Sunday, October 23, 2022

Akademie Der Bildenden Kunste

Our second Jugernstil (Art Nouveau) walk led us past the Secession museum and into the Naschmarkt before getting us to the Linke Wienzeile...but we knew that the Academy of Fine Arts was just a block or two away and that it contained the Bosch Last Judgement triptych. Indeed, we'd seen the Judgement in 2010 (no fotos!), and seen Cranach's copy of it last month in Berlin. Any Bosch will do for us, but the triptychs, with all their myriad, lurid details are best. Putting our Jugendstil interest on pause, we made our way to the Akademie, which has, as one might expect, a fine collection of European painting in addition to all its other collections. It is a fine arts institution of higher education with a short but illustrious history. Before getting to the Bosch, I'll post a few pix from the Akademie's painting collection, which were on display as part of a special exhibition of student work juxtaposed against the masters. (The student work has not stood the test of time...).

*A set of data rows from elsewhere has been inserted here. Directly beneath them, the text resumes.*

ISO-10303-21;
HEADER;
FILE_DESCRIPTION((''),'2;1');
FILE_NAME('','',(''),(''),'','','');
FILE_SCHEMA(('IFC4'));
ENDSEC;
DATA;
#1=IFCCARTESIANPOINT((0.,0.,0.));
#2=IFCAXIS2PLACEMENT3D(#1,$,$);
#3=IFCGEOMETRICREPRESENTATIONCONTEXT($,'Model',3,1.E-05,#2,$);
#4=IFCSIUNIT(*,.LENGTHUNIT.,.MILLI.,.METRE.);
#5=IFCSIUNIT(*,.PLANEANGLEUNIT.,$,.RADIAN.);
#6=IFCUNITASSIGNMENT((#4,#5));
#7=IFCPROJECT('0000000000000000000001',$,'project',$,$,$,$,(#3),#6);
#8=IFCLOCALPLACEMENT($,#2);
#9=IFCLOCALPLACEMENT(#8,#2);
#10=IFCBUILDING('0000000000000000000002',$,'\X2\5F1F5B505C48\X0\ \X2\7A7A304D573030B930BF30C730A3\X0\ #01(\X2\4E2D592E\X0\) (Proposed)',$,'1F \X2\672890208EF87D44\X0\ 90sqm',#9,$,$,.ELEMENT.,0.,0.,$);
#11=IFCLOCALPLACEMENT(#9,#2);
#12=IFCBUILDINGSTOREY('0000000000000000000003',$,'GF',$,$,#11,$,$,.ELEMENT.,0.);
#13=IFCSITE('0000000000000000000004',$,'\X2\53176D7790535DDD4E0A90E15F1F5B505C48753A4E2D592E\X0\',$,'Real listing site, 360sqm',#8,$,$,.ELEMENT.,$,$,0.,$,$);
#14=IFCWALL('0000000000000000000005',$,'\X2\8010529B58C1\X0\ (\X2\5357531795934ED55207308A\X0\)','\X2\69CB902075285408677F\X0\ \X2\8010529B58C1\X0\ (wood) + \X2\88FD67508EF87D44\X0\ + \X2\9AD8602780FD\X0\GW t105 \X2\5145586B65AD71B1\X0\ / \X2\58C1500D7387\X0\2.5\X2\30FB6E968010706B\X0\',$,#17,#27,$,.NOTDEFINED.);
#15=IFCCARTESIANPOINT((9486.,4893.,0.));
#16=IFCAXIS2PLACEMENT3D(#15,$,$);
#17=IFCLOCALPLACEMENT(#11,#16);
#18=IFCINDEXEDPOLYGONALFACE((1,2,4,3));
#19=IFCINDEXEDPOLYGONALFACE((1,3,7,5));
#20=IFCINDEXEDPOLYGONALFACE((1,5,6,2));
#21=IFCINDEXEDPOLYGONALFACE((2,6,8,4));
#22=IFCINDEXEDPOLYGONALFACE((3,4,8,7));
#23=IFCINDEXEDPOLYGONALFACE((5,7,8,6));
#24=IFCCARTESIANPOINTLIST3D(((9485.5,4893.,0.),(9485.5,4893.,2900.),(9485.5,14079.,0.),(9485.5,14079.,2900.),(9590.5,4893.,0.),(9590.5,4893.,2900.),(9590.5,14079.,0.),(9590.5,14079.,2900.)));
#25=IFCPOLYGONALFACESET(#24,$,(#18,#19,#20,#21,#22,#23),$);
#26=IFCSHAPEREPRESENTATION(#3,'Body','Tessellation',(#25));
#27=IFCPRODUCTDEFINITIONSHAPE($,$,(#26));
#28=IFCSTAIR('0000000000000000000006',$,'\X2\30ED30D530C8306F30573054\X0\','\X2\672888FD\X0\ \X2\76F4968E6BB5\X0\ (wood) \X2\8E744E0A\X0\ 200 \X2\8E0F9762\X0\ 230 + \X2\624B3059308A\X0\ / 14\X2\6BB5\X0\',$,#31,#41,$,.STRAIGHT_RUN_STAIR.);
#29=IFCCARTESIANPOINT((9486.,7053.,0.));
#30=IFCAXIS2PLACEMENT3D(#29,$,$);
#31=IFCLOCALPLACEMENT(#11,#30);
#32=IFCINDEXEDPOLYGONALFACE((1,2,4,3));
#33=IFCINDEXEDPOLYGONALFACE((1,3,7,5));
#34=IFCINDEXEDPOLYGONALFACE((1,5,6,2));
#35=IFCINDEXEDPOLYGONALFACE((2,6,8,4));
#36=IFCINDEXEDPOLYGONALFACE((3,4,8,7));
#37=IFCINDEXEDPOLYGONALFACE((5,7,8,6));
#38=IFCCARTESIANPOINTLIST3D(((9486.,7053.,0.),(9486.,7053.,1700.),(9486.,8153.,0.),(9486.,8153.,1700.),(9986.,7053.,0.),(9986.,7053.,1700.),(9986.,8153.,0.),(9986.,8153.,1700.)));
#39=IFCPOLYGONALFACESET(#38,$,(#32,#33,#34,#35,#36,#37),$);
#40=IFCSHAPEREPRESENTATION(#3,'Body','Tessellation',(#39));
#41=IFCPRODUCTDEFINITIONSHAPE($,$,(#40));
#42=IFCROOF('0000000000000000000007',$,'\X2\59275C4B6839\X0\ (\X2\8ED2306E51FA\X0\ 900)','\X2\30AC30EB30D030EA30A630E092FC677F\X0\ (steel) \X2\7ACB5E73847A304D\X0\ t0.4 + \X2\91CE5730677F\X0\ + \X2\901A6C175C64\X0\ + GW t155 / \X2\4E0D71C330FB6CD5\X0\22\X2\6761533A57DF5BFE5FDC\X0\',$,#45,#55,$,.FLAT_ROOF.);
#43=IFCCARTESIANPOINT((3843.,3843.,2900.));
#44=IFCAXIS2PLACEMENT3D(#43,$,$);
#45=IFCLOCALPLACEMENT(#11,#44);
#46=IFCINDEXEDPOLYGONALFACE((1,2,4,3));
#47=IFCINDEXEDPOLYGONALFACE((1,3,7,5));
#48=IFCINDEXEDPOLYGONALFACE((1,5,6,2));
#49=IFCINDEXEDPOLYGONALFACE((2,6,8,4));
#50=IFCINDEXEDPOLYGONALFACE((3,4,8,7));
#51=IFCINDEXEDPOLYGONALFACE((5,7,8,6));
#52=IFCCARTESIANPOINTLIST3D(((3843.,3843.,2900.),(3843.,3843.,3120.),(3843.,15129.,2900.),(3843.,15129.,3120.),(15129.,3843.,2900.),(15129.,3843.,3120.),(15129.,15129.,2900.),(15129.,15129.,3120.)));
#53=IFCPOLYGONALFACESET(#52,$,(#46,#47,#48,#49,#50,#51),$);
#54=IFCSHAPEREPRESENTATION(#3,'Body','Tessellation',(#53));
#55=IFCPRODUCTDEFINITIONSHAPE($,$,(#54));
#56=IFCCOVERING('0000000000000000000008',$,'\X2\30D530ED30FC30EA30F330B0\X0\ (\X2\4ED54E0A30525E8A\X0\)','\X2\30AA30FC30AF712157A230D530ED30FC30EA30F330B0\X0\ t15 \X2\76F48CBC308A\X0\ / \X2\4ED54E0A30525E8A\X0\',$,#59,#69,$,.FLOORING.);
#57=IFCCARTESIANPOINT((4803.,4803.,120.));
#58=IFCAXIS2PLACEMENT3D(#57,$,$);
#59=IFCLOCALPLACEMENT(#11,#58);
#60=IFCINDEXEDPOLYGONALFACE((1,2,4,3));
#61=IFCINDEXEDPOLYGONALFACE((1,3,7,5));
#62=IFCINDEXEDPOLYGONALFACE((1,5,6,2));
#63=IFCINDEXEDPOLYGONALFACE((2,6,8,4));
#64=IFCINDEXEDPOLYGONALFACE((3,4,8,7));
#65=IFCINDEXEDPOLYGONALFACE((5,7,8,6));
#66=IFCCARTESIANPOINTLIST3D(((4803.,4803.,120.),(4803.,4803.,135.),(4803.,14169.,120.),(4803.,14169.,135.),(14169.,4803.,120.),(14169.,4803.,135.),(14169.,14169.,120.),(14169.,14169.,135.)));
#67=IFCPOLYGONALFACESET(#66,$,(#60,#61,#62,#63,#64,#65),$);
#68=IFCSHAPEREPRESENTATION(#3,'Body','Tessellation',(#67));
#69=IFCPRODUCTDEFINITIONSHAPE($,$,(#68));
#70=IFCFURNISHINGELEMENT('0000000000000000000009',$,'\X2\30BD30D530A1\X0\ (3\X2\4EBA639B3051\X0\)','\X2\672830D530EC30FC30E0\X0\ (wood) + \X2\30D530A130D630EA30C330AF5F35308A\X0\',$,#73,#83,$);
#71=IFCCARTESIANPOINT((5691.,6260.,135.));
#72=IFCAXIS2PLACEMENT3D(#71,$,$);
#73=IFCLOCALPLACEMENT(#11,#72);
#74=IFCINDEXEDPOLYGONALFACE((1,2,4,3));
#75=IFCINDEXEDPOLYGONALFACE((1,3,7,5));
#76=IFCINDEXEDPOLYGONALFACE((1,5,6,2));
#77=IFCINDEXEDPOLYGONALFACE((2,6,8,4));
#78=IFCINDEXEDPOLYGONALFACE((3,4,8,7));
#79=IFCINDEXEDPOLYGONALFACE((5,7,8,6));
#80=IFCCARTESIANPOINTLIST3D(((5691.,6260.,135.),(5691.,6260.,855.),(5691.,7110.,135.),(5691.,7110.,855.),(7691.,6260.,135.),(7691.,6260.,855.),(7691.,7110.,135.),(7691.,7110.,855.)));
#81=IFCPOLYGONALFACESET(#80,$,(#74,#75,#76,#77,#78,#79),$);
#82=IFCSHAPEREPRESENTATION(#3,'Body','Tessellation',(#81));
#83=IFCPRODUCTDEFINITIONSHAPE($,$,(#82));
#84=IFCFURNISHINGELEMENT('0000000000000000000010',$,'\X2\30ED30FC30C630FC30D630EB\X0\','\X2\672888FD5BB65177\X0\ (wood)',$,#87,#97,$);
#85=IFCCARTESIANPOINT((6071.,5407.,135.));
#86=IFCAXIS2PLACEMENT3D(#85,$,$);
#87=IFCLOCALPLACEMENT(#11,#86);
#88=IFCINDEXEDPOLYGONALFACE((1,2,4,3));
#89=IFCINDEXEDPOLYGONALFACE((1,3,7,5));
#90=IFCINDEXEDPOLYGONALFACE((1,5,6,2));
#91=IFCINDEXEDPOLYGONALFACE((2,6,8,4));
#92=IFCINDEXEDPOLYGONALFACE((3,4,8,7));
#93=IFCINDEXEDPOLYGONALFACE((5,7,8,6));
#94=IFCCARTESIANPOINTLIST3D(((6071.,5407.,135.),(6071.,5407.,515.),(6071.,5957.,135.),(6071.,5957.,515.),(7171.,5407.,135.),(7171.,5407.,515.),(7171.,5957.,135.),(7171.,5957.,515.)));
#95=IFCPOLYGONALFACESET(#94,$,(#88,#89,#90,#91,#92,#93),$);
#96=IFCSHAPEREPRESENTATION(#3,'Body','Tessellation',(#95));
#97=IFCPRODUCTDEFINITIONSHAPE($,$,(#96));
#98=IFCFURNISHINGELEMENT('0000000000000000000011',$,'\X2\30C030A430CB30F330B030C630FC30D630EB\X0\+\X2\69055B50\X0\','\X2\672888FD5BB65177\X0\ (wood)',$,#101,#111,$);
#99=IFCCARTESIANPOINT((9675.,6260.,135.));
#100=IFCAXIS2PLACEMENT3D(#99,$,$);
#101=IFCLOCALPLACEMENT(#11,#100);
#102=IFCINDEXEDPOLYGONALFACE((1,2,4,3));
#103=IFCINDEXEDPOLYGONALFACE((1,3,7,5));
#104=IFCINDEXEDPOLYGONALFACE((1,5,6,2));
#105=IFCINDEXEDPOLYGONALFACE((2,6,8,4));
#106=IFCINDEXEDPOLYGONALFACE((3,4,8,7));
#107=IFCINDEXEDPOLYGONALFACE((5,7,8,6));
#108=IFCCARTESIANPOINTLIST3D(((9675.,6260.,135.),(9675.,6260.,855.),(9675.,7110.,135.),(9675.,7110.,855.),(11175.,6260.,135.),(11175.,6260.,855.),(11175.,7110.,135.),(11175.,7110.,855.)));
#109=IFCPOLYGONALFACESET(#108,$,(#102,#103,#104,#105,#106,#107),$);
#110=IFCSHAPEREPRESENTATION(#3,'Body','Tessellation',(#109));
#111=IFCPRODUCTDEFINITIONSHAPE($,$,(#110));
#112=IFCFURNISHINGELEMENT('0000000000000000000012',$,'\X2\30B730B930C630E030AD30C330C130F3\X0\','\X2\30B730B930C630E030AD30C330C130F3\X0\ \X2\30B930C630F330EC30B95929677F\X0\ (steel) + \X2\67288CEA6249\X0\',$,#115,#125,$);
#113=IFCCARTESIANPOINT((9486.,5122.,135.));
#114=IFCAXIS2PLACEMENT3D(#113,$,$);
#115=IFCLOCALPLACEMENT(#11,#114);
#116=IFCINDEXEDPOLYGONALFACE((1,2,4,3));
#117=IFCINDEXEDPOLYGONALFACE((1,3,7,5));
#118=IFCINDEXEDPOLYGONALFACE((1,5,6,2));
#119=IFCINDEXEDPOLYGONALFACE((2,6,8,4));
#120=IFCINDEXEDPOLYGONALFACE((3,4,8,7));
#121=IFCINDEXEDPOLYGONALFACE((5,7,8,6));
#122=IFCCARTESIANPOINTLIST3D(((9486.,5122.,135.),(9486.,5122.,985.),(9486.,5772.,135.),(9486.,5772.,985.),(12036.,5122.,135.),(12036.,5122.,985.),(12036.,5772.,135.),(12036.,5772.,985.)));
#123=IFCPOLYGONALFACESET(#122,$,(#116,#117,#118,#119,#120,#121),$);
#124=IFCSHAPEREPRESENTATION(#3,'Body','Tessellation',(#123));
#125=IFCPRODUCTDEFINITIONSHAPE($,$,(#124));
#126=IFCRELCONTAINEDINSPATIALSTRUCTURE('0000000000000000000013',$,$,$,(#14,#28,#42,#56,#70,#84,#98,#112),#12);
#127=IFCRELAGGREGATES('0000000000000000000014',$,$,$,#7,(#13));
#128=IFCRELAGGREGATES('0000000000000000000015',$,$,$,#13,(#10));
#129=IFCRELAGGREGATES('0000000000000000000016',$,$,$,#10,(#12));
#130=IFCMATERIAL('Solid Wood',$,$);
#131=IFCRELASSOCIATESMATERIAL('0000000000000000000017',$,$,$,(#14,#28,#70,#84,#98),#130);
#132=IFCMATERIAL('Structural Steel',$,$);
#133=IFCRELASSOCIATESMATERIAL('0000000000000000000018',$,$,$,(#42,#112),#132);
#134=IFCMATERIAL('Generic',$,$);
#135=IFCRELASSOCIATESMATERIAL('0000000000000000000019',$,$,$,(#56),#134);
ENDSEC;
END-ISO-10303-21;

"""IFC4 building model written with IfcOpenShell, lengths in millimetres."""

from ifc_helpers import new_model, si_unit, frame, frame_2d, origin, place, context, project, spatial, rectangle, extrude, material, element, save


model = new_model("IFC4")

# Units and contexts
model_context = context("Model", 3, precision=1e-05, world=origin())
ifc_project = project(units=[si_unit("LENGTHUNIT", "METRE", prefix="MILLI"), si_unit("PLANEANGLEUNIT", "RADIAN")], contexts=[model_context])

# Site, building, storey
site_placement = place(None, origin())
site = spatial("IfcSite", under=ifc_project, at=site_placement, Name="北海道川上郡弟子屈町中央", ObjectType="Real listing site, 360sqm", CompositionType="ELEMENT", RefElevation=0.0)
building_placement = place(site_placement, origin())
building = spatial("IfcBuilding", under=site, at=building_placement, Name="弟子屈 空き地スタディ #01(中央) (Proposed)", ObjectType="1F 木造軸組 90sqm", CompositionType="ELEMENT", ElevationOfRefHeight=0.0, ElevationOfTerrain=0.0)
storey_placement = place(building_placement, origin())
storey = spatial("IfcBuildingStorey", under=building, at=storey_placement, Name="GF", CompositionType="ELEMENT", Elevation=0.0)

# Shared definitions
ifc_material_1 = material(Name="Solid Wood")

# Wall
wall_1_placement = place(storey_placement, frame((9486.0, 4893.0, 0.0)))
element("IfcWall", 1, at=wall_1_placement, inside=storey, material=ifc_material_1, Name="耐力壁 (南北間仕切り)", Description="構造用合板 耐力壁 (wood) + 製材軸組 + 高性能GW t105 充填断熱 / 壁倍率2.5・準耐火", PredefinedType="NOTDEFINED", context=model_context, shape_type="SweptSolid", body=[
    extrude(rectangle(XDim=105.0, YDim=9186.0, at=frame_2d((52.0, 4593.0))), frame((9486.0, 4893.0, 0.0)), (0.0, 0.0, 1.0), 2900.0),
])

# Stair
stair_placement = place(storey_placement, frame((9486.0, 7053.0, 0.0)))
element("IfcStair", 2, at=stair_placement, inside=storey, material=ifc_material_1, Name="ロフトはしご", Description="木製 直階段 (wood) 蹴上 200 踏面 230 + 手すり / 14段", PredefinedType="STRAIGHT_RUN_STAIR", context=model_context, shape_type="SweptSolid", body=[
    extrude(rectangle(XDim=500.0, YDim=1100.0, at=frame_2d((250.0, 550.0))), frame((9486.0, 7053.0, 0.0)), (0.0, 0.0, 1.0), 1700.0),
])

The Akademie, beautiful neo-classical building


Lecture hall: pretty formidable!

Ceilings throughout done in Pompeii style

Never miss a Claude Lorraine: Forest Lane with Herd and Herdsmen,
1633

Van Ruisdael, Forest Glade, 1646

One of several nice Rembrandt inks, Landscape with Haybarn and
a Flock of Sheep
, 1652

Rembrandt, Portrait of Someone Other Than Himself,
1632

Cranach, Lucretia, 1532

Rubens, Venus Freezing, 1614; OK, if she's freezing, why doesn't
she put on some clothes? Compare Venus Frigida, here

The Biggie, Bosch's Last Judgement, c. 1482; details at 10...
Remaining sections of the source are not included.